Biomaterial Hemolytic Assay Kit Insert November HAEMOSCAN BV
COMPANY WITH
QUALITY MANAGEMENT SYSTEM
CERTIFIED BY DNV GL
= ISO 9001 =
Biomaterial Hemolytic
Assay
Kit Insert
REVISED VERSION: November 2017
Summary
Hemolytic activity is a requirement to be tested for any blood contacting
medical device. The test is based on erythrocyte lysis induced by contact,
leachables, toxins, metal ions, surface charge or any other cause of
erythrocyte lysis. The current description is based on direct contact of
biomaterial and an erythrocyte suspension. The method is based on release
of hemoglobin, which can be measured spectrophotometrically. This method
is suited to evaluate the haemocompatibility of biomaterials and medical
devices according to the international standard ISO 10993-4:2002.
Introduction
Interactions between blood and biomaterials may induce erythrocyte lysis.
Particularly during prolonged contact or during contact of blood with large
surfaces, this so called process of hemolysis may induce adverse events, due
to anemia and the release of iron and other bioactive substances.
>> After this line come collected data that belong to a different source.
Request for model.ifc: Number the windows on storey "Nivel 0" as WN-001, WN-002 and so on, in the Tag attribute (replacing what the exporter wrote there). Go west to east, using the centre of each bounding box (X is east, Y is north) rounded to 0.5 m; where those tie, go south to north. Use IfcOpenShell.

First a look at what the model holds.

```python
import ifcopenshell
import ifcopenshell.util.element
import ifcopenshell.util.placement

model = ifcopenshell.open("model.ifc")
print(model.schema)
storey = next(s for s in model.by_type("IfcBuildingStorey") if s.Name == "Nivel 0")
windows = [e for e in ifcopenshell.util.element.get_decomposition(storey) if e.is_a("IfcWindow")]
for e in sorted(windows, key=lambda e: e.id()):
    origin = ifcopenshell.util.placement.get_local_placement(e.ObjectPlacement)[:3, 3]
    print(e.id(), e.Tag, e.Name, origin.round(2) + 0.0, sep=" | ")
```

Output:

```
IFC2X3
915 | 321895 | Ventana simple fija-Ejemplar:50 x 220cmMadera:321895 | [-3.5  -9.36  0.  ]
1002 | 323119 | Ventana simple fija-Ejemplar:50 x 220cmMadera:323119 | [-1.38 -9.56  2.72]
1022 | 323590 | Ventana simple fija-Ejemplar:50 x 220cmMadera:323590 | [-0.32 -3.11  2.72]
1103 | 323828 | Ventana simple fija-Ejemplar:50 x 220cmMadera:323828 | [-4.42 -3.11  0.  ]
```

```python
import ifcopenshell
import ifcopenshell.geom
import ifcopenshell.util.element
import ifcopenshell.util.shape

model = ifcopenshell.open("model.ifc")
settings = ifcopenshell.geom.settings()
settings.set("use-world-coords", True)


def centre(element):
    shape = ifcopenshell.geom.create_shape(settings, element)
    return ifcopenshell.util.shape.get_bbox_centroid(shape.geometry)


storey = next(s for s in model.by_type("IfcBuildingStorey") if s.Name == "Nivel 0")
windows = [e for e in ifcopenshell.util.element.get_decomposition(storey) if e.is_a("IfcWindow")]

# Insertion points can sit at a corner or the storey origin, so sort by the geometry (in metres).
centres = {e: centre(e) for e in windows}
windows.sort(key=lambda e: (round(centres[e][0] / 0.5), centres[e][1]))

for i, e in enumerate(windows, start=1):
    number = f"WN-0{i:02d}"
    e.Tag = number
    print(e.id(), number)

model.write("model_updated.ifc")
```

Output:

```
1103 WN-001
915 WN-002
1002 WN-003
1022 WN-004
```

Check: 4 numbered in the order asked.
Optimal
conditions to perform a hemolysis assay have been described. Slightly diluted
human blood in a blood/material ratio of 1 mL/cm2
in a rotating chamber is
recommended for performing the hemolysis assay.
Principle of the Test
An erythrocyte suspension is incubated for 24 hours with test material during
rotation at 37oC. Before and after incubation samples are collected and
centrifuged to obtain supernatant, containing free hemoglobin. The
hemoglobin concentration is measured by means of a spectrophotometer.
Test samples are compared to reference materials. Positive reactive and less?reactive reference materials are included in the kit. It is recommended to
include at least two reference materials in each analysis.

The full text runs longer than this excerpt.